As a non-bank lender, Pepper is always thinking of new ways to finance the ambitions of its customers. Its fresh approach has led to a diversified portfolio of financial services and an increasingly global footprint.
It’s also disrupting the traditional lending approach by taking the entire lending value chain and putting it on a single platform in the cloud. So from loan assessment and origination through to servicing, it’s able to provide a service that’s more personal and efficient.
Neale Kant, Group Chief Information Officer at Pepper said the business was scaling its impact 25% year-on-year and now has offices in Australia, Spain, the UK, Ireland, and South Korea. “We’ve grown strongly through acquisition and increasing our product offering and have a diversified portfolio as a result. With Salesforce, we’re taking it to the next level and offering products and services that are truly unique to our customers’ needs. Salesforce allowed us to leapfrog our technology investments.”
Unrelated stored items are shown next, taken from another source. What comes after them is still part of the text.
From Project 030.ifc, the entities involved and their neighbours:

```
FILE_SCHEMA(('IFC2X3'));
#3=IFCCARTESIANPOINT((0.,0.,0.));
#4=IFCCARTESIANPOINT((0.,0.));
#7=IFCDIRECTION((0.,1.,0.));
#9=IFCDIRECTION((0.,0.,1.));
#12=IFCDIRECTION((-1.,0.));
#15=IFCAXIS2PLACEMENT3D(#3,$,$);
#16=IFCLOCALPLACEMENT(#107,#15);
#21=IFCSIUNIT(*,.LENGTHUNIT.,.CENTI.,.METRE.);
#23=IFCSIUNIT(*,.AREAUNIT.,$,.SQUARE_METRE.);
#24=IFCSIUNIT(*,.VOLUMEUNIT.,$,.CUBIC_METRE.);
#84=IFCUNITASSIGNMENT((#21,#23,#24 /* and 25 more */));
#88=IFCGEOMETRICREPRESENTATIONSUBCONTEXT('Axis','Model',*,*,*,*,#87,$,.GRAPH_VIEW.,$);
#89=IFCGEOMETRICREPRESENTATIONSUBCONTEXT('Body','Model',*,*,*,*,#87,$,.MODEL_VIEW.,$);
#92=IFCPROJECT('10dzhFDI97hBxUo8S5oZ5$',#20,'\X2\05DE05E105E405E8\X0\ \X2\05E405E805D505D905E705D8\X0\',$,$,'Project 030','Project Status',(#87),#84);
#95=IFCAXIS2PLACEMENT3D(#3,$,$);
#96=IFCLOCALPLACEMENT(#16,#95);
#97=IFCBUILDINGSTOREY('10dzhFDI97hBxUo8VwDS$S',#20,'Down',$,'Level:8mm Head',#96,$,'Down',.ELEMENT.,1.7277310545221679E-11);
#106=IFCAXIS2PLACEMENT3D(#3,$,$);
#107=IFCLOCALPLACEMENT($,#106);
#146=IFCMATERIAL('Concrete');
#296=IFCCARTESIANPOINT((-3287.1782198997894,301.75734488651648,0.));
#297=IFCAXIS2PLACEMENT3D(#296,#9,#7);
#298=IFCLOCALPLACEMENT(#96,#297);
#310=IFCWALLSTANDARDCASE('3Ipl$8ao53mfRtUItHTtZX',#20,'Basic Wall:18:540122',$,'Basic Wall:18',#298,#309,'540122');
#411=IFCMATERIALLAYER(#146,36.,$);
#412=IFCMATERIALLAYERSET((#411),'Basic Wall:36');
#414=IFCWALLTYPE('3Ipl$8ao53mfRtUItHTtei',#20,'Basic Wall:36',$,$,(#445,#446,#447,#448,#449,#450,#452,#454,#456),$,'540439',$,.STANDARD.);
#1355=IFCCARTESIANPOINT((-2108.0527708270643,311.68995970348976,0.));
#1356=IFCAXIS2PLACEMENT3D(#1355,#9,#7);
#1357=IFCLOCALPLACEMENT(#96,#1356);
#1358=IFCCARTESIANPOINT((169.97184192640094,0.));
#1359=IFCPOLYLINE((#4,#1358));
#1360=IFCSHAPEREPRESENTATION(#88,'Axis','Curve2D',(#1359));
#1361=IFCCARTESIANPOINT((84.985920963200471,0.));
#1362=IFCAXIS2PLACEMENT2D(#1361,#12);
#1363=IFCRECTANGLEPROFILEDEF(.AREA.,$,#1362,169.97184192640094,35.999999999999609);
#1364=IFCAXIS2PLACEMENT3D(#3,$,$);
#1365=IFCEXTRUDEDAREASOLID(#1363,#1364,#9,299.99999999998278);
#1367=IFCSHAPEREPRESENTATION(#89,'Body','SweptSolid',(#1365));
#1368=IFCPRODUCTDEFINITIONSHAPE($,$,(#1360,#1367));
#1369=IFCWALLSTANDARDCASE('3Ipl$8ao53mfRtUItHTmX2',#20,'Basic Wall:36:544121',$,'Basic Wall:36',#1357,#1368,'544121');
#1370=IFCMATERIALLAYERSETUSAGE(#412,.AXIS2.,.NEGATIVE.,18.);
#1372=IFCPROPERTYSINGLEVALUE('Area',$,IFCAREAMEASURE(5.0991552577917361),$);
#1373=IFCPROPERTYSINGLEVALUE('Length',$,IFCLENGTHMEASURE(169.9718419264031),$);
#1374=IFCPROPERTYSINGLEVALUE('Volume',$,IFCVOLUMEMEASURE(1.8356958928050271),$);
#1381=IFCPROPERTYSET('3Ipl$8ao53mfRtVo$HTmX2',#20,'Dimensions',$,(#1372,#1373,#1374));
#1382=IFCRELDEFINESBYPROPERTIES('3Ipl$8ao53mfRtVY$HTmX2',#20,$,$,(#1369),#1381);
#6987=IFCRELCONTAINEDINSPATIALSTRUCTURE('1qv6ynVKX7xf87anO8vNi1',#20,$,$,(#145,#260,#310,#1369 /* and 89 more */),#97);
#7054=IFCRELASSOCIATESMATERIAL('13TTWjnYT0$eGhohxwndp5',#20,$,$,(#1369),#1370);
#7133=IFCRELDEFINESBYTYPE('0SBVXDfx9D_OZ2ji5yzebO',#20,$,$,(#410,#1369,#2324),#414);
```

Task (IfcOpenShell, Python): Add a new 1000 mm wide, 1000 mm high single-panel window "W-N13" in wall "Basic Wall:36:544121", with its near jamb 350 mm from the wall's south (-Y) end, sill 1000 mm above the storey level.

```python
import numpy as np
import ifcopenshell
import ifcopenshell.api.feature
import ifcopenshell.api.geometry
import ifcopenshell.api.pset
import ifcopenshell.api.root
import ifcopenshell.api.spatial
import ifcopenshell.api.type
import ifcopenshell.geom
import ifcopenshell.util.element
import ifcopenshell.util.placement
import ifcopenshell.util.representation
import ifcopenshell.util.shape
import ifcopenshell.util.unit

model = ifcopenshell.open("Project 030.ifc")
unit_scale = ifcopenshell.util.unit.calculate_unit_scale(model)
area_scale = ifcopenshell.util.unit.calculate_unit_scale(model, "AREAUNIT")
volume_scale = ifcopenshell.util.unit.calculate_unit_scale(model, "VOLUMEUNIT")
settings = ifcopenshell.geom.settings()


def volume(element):
    """Net volume in cubic metres, openings subtracted."""
    shape = ifcopenshell.geom.create_shape(settings, element)
    return ifcopenshell.util.shape.get_volume(shape.geometry)


wall = model.by_id(1369)
storey = ifcopenshell.util.element.get_container(wall, ifc_class="IfcBuildingStorey")
context = ifcopenshell.util.representation.get_context(model, "Model", "Body", "MODEL_VIEW")
before = volume(wall)

width, height, from_end, sill = 1, 1, 0.35, 1  # metres

# The wall runs along its own X axis, and the end named is its -X end.
wall_shape = ifcopenshell.geom.create_shape(settings, wall)
x, y, z = ifcopenshell.util.shape.get_vertices(wall_shape.geometry).T
start = x.min() + from_end
face, thickness = float(y.min()), float(y.max() - y.min())
wall_matrix = ifcopenshell.util.placement.get_local_placement(wall.ObjectPlacement)
level = ifcopenshell.util.placement.get_local_placement(storey.ObjectPlacement)[2, 3]


def in_wall(x, y):
    """Placement at x, y metres in the wall's axes, at sill height."""
    matrix = wall_matrix.copy()
    matrix[:, 3] = wall_matrix @ np.array([x / unit_scale, y / unit_scale, 0.0, 1.0])
    matrix[2, 3] = level + sill / unit_scale
    return matrix


# Opening: a box that overshoots both wall faces by 50 mm.
opening = ifcopenshell.api.root.create_entity(model, ifc_class="IfcOpeningElement")
box = ifcopenshell.api.geometry.add_wall_representation(
    model, context=context, length=width, height=height, thickness=thickness + 0.1
)
ifcopenshell.api.geometry.assign_representation(model, product=opening, representation=box)
ifcopenshell.api.geometry.edit_object_placement(model, product=opening, matrix=in_wall(start, face - 0.05), is_si=False)
ifcopenshell.api.feature.add_feature(model, feature=opening, element=wall)

window = ifcopenshell.api.root.create_entity(model, ifc_class="IfcWindow", name="W-N13")
window.OverallWidth, window.OverallHeight = width / unit_scale, height / unit_scale
body = ifcopenshell.api.geometry.add_window_representation(
    model,
    context=context,
    overall_width=window.OverallWidth,
    overall_height=window.OverallHeight,
    partition_type="SINGLE_PANEL",
)
ifcopenshell.api.geometry.assign_representation(model, product=window, representation=body)
ifcopenshell.api.spatial.assign_container(model, products=[window], relating_structure=storey)
fills = ifcopenshell.api.feature.add_filling(model, opening=opening, element=window)
fills.OwnerHistory = window.OwnerHistory  # required in IFC2X3

# IFC2X3 keeps the operation on the window style.
style = ifcopenshell.api.root.create_entity(model, ifc_class="IfcWindowStyle", name="W-N13")
style.OperationType, style.ConstructionType = "SINGLE_PANEL", "NOTDEFINED"
style.ParameterTakesPrecedence = style.Sizeable = False
ifcopenshell.api.type.assign_type(model, related_objects=[window], relating_type=style)

# Centre the window in the wall's thickness.
ifcopenshell.api.geometry.edit_object_placement(model, product=window, matrix=in_wall(start, face), is_si=False)
window_shape = ifcopenshell.geom.create_shape(settings, window)
depth = ifcopenshell.util.shape.get_vertices(window_shape.geometry)[:, 1]
offset = face + thickness / 2 - (depth.min() + depth.max()) / 2
ifcopenshell.api.geometry.edit_object_placement(model, product=window, matrix=in_wall(start, offset), is_si=False)

after = volume(wall)

# Update the wall's stored quantities.
pset = model.by_id(ifcopenshell.util.element.get_pset(wall, "Dimensions", should_inherit=False)["id"])
ifcopenshell.api.pset.edit_pset(model, pset=pset, properties={
    "Area": model.create_entity("IfcAreaMeasure", after / thickness / area_scale),
    "Volume": model.create_entity("IfcVolumeMeasure", after / volume_scale),
})

print(f"wall volume {before:.3f} -> {after:.3f} m3")

model.write("Project 030_v2.ifc")
```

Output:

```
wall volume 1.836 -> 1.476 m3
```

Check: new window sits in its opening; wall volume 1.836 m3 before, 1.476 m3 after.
Pepper is not only a go-to lender for those who have been locked out of the financial system, but also those individuals that fit the risk profiles of mainstream financial institutions. Accordingly, Pepper takes a different approach to reviewing applications, balancing technology innovation with human insight.
Today, this process is made easier with a bespoke personal loan product built entirely on the Salesforce platform. The application process incorporates a high degree of straight-through-processing and makes it easy for Pepper and potential borrowers to tick off all the basics like identification checks.
It’s so easy in fact that applications can be completed in as few as 15 minutes and funds deposited inside two hours. However, Pepper has not yet switched on the full functionality, favouring a human touch.
“Typically those who apply for a loan with us want to speak to someone and tell their story. We want to hear them out so we can understand their circumstances and lend more wisely,” said Kant. “At the same time, we’re continuing to fine tune things like credit scoring so we can automate more if we choose to down the line.”